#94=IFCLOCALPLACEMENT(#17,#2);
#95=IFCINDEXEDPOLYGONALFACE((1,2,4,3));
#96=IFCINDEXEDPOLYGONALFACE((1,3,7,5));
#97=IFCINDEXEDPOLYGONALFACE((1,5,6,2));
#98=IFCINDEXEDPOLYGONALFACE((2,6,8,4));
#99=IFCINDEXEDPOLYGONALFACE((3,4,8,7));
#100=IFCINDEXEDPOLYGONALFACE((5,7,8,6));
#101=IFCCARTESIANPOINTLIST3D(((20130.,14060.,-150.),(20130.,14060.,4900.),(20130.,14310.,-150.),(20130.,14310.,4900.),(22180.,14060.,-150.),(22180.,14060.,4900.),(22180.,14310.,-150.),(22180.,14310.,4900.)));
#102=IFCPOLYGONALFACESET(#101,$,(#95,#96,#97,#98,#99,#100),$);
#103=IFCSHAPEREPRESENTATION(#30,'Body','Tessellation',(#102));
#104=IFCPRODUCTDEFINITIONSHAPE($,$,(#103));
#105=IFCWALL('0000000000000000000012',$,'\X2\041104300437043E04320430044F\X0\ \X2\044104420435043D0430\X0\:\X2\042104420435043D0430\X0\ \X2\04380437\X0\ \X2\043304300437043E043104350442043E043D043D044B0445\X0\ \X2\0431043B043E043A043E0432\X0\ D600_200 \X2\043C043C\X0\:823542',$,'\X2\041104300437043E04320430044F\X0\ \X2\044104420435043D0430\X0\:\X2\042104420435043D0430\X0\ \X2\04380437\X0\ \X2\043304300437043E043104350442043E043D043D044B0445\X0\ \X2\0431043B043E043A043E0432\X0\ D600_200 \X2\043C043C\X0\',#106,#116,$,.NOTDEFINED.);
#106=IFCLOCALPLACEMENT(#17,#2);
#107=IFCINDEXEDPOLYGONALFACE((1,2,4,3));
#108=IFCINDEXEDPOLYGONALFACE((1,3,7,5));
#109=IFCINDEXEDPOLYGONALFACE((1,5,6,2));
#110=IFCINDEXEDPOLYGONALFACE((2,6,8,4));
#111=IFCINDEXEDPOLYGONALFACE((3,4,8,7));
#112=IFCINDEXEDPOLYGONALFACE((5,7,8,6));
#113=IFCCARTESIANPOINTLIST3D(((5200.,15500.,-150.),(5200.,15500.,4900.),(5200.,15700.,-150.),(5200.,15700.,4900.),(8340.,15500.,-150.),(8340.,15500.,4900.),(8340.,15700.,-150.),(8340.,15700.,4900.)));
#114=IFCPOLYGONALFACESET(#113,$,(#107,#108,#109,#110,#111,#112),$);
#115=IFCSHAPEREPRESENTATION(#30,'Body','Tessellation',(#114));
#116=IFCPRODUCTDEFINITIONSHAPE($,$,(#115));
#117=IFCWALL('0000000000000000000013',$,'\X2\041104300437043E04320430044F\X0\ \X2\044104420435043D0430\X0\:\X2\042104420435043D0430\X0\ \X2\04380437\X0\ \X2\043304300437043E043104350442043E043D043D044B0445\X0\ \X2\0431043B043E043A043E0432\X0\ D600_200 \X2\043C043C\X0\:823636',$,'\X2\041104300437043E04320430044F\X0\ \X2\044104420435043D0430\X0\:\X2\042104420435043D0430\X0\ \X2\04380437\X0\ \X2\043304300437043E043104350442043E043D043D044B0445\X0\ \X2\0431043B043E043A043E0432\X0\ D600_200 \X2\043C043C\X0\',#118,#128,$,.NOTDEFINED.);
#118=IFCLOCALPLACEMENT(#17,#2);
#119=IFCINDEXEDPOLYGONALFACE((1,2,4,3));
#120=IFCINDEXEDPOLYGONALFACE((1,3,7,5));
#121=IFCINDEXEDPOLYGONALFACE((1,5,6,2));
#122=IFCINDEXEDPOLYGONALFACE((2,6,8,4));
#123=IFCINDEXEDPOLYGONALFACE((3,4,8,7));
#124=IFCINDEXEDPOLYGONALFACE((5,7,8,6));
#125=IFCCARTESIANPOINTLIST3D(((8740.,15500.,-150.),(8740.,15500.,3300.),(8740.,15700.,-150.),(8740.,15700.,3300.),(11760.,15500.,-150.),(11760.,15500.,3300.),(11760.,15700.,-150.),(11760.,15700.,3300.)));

===============

• WORK TO BE COMPLETED:
Report the number of lines in the records above that contain "IFCSHAPEREPRESENTATION", with no other text.

• ANSWER SPACE:
2